A you can't feel responsible for if they hurt over you when you know inside it weakens you /or you both, beyond recovery. This is another strand of what I'm talking about - like I said it can get messy to go into. It's perhaps tied in some ways to your early learned dynamics about staying around people you care about for life and if religion were in your household: beyond .Checking out another world view can help us see how likely it is that what we were told to feel  is real science so applies to everyone and so is a world truism.

I think this is part of what our feelings get heavy on - the idea a true love is for life and beyond so when the feelings don't achieve this it feels like a two wedged sword and our mind was never trained to process this tragic short lived style love. However some were and so seem to not have so much trouble moving on or even having more than their fair share as another world view might surprise you about: http://articles.cnn.com/2010-10-07/world/kenya.polygamist.100.wives_1_polygamist-wives-state-media?_s=PM:WORLD

And in some parts there are still women who have three husbands which kinda is tough to train your brain and emotions to digest.
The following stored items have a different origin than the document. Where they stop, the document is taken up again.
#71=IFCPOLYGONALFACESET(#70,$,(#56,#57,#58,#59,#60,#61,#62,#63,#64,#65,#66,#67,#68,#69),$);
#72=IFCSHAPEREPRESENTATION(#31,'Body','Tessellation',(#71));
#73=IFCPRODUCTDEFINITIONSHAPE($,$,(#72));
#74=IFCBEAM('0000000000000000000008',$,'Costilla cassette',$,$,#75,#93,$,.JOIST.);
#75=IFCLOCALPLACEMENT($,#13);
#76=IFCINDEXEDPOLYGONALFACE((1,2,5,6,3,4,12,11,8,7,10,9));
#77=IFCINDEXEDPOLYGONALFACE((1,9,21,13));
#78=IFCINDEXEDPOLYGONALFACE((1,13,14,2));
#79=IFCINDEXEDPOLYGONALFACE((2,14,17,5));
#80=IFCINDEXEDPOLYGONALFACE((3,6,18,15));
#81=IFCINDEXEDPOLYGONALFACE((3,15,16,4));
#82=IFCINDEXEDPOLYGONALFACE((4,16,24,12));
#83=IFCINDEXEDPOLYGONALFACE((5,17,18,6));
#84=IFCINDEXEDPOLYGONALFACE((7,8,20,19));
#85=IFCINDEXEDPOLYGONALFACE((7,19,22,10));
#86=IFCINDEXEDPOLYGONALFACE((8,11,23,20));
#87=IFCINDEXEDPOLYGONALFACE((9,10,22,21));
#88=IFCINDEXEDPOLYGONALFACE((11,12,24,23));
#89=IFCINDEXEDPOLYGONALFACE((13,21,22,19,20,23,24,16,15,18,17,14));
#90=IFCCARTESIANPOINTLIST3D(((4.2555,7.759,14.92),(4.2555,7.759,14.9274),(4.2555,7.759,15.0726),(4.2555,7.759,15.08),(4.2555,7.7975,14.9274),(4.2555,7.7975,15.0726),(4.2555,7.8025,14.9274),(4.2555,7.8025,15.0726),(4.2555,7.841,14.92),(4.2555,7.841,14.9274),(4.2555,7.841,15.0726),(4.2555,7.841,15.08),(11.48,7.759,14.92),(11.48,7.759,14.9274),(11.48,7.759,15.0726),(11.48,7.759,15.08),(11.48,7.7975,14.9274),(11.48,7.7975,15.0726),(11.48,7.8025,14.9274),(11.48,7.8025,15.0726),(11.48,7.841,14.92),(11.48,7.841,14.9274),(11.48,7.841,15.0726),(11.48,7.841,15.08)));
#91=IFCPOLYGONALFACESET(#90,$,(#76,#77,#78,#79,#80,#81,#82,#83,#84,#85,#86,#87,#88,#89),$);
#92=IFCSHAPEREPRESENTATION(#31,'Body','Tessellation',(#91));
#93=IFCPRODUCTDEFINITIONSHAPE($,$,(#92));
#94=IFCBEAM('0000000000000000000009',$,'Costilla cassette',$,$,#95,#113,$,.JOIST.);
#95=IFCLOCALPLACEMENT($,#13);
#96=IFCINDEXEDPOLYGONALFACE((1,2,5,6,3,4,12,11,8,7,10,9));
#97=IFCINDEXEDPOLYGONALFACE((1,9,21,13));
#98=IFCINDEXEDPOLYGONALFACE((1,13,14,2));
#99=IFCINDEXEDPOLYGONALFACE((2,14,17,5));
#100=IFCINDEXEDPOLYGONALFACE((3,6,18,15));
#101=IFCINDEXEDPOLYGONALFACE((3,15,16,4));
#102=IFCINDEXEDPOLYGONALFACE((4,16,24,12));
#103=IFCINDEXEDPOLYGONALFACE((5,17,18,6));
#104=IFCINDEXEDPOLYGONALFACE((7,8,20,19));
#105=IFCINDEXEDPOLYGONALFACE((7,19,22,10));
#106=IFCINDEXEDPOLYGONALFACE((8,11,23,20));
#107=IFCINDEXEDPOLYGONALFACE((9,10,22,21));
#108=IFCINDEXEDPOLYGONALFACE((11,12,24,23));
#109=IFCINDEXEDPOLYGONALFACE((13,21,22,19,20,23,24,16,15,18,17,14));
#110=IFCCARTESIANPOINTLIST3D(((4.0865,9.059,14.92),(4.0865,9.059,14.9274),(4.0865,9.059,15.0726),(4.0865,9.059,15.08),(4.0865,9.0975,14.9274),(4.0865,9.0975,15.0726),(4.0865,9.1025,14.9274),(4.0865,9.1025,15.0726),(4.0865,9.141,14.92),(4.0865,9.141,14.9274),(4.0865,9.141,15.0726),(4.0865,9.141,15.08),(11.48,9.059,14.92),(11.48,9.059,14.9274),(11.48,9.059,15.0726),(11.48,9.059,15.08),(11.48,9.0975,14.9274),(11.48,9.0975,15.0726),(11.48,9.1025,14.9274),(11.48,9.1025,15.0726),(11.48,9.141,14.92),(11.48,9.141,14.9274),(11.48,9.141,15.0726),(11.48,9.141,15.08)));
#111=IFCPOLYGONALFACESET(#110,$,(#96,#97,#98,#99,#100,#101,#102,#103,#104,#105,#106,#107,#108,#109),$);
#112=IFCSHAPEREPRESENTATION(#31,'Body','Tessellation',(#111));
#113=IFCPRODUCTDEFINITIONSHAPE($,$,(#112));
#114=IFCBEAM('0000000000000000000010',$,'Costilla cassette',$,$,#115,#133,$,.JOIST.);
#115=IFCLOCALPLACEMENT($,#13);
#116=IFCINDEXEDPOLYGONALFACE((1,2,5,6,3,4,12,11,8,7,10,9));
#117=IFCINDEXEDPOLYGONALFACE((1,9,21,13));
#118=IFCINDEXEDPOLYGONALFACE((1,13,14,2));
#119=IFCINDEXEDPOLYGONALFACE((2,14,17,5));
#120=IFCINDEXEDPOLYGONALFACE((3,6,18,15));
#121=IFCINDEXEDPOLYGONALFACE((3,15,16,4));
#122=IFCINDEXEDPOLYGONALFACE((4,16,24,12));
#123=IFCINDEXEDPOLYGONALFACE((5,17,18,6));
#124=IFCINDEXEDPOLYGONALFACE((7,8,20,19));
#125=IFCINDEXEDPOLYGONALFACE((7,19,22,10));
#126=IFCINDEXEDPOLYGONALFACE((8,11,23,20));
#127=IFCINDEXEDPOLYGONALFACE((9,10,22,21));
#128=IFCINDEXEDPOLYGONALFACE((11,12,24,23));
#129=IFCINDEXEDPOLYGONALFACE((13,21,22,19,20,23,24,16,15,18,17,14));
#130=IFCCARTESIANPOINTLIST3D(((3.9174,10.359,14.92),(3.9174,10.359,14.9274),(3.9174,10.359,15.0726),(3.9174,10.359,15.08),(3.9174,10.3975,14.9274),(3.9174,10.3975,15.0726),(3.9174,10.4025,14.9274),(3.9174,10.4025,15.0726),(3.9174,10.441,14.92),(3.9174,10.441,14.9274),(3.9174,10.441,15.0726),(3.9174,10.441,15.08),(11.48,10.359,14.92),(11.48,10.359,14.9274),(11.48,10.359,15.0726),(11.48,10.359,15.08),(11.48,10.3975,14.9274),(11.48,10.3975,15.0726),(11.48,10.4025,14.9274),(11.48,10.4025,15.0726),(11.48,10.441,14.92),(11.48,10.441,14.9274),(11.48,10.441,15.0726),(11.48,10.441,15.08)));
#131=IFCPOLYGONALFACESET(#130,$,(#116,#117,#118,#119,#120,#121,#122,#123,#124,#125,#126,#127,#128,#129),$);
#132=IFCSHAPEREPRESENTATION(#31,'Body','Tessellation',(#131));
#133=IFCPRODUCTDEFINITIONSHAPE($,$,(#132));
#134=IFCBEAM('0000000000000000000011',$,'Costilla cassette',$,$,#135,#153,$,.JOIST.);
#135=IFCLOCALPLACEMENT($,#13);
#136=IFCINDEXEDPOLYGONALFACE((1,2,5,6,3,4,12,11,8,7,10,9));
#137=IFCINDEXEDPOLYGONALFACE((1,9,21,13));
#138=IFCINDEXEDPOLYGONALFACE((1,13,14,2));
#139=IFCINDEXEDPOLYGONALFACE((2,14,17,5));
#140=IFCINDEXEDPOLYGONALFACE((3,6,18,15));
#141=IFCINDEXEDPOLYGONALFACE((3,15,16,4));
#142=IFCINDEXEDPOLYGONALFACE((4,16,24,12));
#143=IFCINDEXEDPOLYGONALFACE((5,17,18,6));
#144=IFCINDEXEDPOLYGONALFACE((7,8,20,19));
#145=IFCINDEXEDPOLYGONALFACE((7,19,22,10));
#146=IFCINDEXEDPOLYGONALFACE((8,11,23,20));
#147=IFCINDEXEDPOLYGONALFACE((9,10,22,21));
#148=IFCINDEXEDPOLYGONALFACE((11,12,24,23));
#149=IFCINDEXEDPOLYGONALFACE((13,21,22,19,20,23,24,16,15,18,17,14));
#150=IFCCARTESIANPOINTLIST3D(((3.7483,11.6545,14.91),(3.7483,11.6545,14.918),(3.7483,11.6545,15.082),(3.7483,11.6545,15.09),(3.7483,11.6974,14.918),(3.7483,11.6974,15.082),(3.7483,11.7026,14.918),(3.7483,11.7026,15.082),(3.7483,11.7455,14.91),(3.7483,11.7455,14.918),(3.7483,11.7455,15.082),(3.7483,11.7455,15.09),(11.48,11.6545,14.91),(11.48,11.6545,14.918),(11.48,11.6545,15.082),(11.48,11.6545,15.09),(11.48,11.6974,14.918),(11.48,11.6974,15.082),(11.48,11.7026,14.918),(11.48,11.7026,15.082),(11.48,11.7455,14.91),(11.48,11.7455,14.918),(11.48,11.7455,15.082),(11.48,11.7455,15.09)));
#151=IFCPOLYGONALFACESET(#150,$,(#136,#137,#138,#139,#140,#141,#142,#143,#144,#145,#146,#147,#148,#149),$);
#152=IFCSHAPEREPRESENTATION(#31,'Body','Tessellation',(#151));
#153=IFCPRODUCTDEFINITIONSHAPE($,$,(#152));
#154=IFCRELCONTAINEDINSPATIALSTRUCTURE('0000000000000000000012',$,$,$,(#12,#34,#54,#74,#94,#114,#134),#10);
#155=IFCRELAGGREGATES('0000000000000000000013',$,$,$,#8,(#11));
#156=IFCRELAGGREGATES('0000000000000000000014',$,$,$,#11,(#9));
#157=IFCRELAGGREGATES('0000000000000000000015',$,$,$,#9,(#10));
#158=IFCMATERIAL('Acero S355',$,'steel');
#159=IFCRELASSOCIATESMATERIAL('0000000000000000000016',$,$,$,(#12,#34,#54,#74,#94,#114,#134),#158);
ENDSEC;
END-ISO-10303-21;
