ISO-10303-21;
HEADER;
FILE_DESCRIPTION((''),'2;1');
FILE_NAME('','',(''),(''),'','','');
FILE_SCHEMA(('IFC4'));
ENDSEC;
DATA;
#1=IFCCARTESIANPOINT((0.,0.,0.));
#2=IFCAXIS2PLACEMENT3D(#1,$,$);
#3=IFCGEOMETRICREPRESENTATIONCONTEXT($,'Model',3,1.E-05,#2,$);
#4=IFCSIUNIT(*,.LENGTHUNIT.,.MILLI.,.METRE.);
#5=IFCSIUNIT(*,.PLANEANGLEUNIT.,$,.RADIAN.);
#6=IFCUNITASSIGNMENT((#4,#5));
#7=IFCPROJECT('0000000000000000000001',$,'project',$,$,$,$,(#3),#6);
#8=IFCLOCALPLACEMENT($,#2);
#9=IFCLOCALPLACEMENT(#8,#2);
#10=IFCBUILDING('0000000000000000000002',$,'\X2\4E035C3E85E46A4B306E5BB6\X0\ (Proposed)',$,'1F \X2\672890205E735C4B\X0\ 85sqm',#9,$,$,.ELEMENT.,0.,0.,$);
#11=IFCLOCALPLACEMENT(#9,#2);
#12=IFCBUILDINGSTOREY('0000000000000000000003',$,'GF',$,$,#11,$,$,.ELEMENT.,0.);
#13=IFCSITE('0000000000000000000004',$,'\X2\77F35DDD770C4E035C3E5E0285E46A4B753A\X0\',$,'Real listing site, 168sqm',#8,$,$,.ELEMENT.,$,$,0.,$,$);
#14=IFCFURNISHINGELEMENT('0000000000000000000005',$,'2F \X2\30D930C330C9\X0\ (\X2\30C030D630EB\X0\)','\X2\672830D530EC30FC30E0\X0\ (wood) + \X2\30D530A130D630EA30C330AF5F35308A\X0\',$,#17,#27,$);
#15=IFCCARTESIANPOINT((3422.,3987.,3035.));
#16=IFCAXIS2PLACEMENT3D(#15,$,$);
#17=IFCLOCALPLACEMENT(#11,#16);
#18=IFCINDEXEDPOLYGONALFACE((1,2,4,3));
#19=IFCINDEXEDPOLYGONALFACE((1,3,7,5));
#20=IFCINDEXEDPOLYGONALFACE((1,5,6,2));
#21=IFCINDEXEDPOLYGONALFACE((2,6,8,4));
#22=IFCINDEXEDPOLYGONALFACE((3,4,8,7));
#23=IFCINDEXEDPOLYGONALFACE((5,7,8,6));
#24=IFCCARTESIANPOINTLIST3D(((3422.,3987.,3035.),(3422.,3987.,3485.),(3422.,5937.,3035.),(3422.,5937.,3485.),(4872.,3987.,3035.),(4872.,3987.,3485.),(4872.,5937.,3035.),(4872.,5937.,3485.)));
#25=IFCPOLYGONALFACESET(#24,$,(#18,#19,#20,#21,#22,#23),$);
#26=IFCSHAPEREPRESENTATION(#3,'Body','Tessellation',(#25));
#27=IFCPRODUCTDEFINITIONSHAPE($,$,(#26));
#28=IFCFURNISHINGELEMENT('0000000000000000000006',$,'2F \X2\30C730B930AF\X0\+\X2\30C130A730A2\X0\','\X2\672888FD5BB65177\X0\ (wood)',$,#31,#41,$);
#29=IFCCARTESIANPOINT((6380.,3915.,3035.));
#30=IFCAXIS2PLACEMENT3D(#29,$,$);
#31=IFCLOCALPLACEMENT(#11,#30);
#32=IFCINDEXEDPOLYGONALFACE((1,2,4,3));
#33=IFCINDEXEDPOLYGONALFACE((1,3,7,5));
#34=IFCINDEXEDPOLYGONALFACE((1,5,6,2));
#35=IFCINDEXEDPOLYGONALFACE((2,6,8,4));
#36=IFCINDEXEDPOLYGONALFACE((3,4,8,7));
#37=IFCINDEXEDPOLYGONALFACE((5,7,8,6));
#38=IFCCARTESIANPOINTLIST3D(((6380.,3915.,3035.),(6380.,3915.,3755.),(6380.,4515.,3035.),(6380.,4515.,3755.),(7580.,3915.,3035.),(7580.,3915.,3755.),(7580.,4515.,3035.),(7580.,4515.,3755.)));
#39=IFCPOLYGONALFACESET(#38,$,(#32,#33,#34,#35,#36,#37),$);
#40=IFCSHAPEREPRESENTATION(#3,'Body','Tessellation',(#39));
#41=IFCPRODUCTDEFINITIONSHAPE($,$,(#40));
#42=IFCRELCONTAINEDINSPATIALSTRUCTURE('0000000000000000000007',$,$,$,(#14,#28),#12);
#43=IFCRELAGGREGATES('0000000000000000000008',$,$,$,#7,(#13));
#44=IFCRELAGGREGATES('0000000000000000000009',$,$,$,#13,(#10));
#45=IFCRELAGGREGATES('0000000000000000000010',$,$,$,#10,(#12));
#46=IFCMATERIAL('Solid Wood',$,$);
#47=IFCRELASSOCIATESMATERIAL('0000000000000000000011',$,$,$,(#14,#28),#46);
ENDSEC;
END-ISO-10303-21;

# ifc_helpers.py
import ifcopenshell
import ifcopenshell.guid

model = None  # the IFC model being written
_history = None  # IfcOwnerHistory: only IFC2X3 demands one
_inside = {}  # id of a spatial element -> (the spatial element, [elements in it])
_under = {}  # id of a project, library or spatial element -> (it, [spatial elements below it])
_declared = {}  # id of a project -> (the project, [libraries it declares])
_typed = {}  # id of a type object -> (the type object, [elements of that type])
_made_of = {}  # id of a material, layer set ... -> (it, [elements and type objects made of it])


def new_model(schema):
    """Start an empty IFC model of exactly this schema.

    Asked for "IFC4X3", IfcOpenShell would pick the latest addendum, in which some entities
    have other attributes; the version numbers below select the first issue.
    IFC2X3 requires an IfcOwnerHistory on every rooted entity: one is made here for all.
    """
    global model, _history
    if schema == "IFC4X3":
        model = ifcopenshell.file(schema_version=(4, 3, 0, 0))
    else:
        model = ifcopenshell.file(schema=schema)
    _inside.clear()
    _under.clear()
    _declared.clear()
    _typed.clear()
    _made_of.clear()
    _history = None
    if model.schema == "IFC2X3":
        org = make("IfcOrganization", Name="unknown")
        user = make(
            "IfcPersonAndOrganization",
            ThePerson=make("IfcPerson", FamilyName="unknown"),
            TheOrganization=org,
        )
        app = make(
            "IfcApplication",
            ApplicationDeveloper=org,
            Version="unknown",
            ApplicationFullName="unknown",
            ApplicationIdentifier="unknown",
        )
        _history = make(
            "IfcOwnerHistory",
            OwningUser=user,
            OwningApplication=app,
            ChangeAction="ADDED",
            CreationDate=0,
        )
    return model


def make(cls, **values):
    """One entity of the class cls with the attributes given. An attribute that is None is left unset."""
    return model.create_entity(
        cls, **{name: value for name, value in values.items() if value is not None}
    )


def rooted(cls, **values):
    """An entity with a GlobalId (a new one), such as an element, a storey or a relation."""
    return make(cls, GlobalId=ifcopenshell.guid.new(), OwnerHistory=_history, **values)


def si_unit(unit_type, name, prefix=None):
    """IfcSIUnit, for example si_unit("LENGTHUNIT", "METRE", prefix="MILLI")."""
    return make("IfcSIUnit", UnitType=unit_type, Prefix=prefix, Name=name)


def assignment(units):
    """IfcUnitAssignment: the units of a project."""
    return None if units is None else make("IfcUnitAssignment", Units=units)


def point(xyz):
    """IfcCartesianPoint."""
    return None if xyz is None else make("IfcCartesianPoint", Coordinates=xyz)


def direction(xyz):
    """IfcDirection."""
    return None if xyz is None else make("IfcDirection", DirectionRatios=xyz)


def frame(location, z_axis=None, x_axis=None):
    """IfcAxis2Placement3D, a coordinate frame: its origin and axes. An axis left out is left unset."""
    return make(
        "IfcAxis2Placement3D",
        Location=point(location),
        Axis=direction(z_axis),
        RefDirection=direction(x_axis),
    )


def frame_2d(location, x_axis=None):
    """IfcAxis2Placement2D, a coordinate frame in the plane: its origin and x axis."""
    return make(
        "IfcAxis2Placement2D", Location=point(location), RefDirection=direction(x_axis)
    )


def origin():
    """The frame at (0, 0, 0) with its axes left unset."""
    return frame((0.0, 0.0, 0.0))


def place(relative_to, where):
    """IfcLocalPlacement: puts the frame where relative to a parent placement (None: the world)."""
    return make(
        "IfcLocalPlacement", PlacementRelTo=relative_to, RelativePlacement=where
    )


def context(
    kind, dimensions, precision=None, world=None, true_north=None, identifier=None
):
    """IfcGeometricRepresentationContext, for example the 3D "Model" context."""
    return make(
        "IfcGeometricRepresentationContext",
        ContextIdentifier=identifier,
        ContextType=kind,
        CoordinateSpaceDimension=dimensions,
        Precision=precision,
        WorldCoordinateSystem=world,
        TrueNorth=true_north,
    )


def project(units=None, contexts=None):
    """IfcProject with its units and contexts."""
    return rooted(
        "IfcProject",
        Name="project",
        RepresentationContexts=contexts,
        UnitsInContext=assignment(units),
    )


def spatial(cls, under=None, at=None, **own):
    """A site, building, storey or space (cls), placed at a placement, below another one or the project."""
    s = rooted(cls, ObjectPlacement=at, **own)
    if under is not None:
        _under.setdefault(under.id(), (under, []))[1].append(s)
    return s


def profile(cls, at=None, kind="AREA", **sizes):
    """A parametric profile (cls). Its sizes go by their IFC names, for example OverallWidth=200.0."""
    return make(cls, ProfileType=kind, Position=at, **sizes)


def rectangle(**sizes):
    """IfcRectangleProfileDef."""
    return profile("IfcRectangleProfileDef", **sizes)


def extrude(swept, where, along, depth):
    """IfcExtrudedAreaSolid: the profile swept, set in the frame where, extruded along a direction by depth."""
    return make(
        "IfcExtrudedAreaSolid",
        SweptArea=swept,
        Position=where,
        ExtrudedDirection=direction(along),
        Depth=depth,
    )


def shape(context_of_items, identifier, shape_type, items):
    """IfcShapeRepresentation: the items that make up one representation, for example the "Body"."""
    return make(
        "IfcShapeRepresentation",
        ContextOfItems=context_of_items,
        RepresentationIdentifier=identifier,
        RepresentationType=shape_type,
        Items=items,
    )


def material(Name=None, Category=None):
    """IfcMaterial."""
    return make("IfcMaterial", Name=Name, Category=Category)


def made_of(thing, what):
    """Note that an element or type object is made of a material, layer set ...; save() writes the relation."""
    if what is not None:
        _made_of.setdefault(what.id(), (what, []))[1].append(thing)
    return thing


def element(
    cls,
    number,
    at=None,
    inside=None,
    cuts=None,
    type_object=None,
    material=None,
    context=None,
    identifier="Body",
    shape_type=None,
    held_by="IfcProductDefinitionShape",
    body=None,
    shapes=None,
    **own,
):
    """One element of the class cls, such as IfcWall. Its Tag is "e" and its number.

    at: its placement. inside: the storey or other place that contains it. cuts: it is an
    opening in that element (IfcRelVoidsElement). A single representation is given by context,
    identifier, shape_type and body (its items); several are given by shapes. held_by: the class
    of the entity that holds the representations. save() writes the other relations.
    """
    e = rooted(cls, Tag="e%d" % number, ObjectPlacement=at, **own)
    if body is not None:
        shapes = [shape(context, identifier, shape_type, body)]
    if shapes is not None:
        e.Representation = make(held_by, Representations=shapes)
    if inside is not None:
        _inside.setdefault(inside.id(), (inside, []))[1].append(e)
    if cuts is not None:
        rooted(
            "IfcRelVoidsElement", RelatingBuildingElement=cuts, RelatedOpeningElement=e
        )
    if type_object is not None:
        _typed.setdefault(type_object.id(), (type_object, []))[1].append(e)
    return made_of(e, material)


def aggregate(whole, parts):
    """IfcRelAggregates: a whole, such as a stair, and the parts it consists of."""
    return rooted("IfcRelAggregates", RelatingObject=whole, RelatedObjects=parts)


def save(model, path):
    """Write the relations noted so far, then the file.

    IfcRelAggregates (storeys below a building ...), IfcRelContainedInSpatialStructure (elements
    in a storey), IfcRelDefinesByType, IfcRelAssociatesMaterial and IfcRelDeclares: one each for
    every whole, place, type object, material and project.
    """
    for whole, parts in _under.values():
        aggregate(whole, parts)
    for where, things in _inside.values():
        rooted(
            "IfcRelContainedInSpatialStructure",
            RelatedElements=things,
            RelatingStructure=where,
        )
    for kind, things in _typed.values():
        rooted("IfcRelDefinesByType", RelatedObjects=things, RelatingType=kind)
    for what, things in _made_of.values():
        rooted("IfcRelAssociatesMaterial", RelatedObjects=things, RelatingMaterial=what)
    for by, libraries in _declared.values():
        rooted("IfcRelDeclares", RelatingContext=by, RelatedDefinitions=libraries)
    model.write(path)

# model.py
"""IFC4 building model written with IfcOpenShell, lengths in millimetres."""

from ifc_helpers import new_model, si_unit, frame, frame_2d, origin, place, context, project, spatial, rectangle, extrude, material, element, save


model = new_model("IFC4")

# Units and contexts
model_context = context("Model", 3, precision=1e-05, world=origin())
ifc_project = project(units=[si_unit("LENGTHUNIT", "METRE", prefix="MILLI"), si_unit("PLANEANGLEUNIT", "RADIAN")], contexts=[model_context])

# Site, building, storey
site_placement = place(None, origin())
site = spatial("IfcSite", under=ifc_project, at=site_placement, Name="石川県七尾市藤橋町", ObjectType="Real listing site, 168sqm", CompositionType="ELEMENT", RefElevation=0.0)
building_placement = place(site_placement, origin())
building = spatial("IfcBuilding", under=site, at=building_placement, Name="七尾藤橋の家 (Proposed)", ObjectType="1F 木造平屋 85sqm", CompositionType="ELEMENT", ElevationOfRefHeight=0.0, ElevationOfTerrain=0.0)
storey_placement = place(building_placement, origin())
storey = spatial("IfcBuildingStorey", under=building, at=storey_placement, Name="GF", CompositionType="ELEMENT", Elevation=0.0)

# Shared definitions
ifc_material_1 = material(Name="Solid Wood")

# Furnishing elements
furnishing_1_placement = place(storey_placement, frame((3422.0, 3987.0, 3035.0)))
element("IfcFurnishingElement", 1, at=furnishing_1_placement, inside=storey, material=ifc_material_1, Name="2F ベッド (ダブル)", Description="木フレーム (wood) + ファブリック張り", context=model_context, shape_type="SweptSolid", body=[
    extrude(rectangle(XDim=1450.0, YDim=1950.0, at=frame_2d((725.0, 975.0))), frame((3422.0, 3987.0, 3035.0)), (0.0, 0.0, 1.0), 450.0),
])
furnishing_2_placement = place(storey_placement, frame((6380.0, 3915.0, 3035.0)))
element("IfcFurnishingElement", 2, at=furnishing_2_placement, inside=storey, material=ifc_material_1, Name="2F デスク+チェア", Description="木製家具 (wood)", context=model_context, shape_type="SweptSolid", body=[
    extrude(rectangle(XDim=1200.0, YDim=600.0, at=frame_2d((600.0, 300.0))), frame((6380.0, 3915.0, 3035.0)), (0.0, 0.0, 1.0), 720.0),
])

save(model, "model.ifc")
But all this shows is we probably have been taught to self guilt trip or some such negatives - rather than to take it in our stride.

practicingacceptance:
patricio,
i know exactly (it think) this feeling and situation. i was also in a holding pattern for months after i split with my PD. i still feel guilt, still confused. it is our emotionally state that needs to get calm. talking to someone for me helped. writing and reading this post helped. time to reflect on myself helped.

what frankie says about the HERE AND NOW is very true. i held on tight to the past (33 years w my PD) even though it was awful. habit? but letting go of the pain of the past, looking at the what the future can mean for you, what YOU truely want and need will get you through this. don't let go of you. staying in the present has been my focus just to stay sane and not let my emotions go rampant. i also have learned what triggers my instability. it really is about discovering yourself. and to trust in a higher power to take care of all bases.

hope that helps. thank you, frankie, for your insight.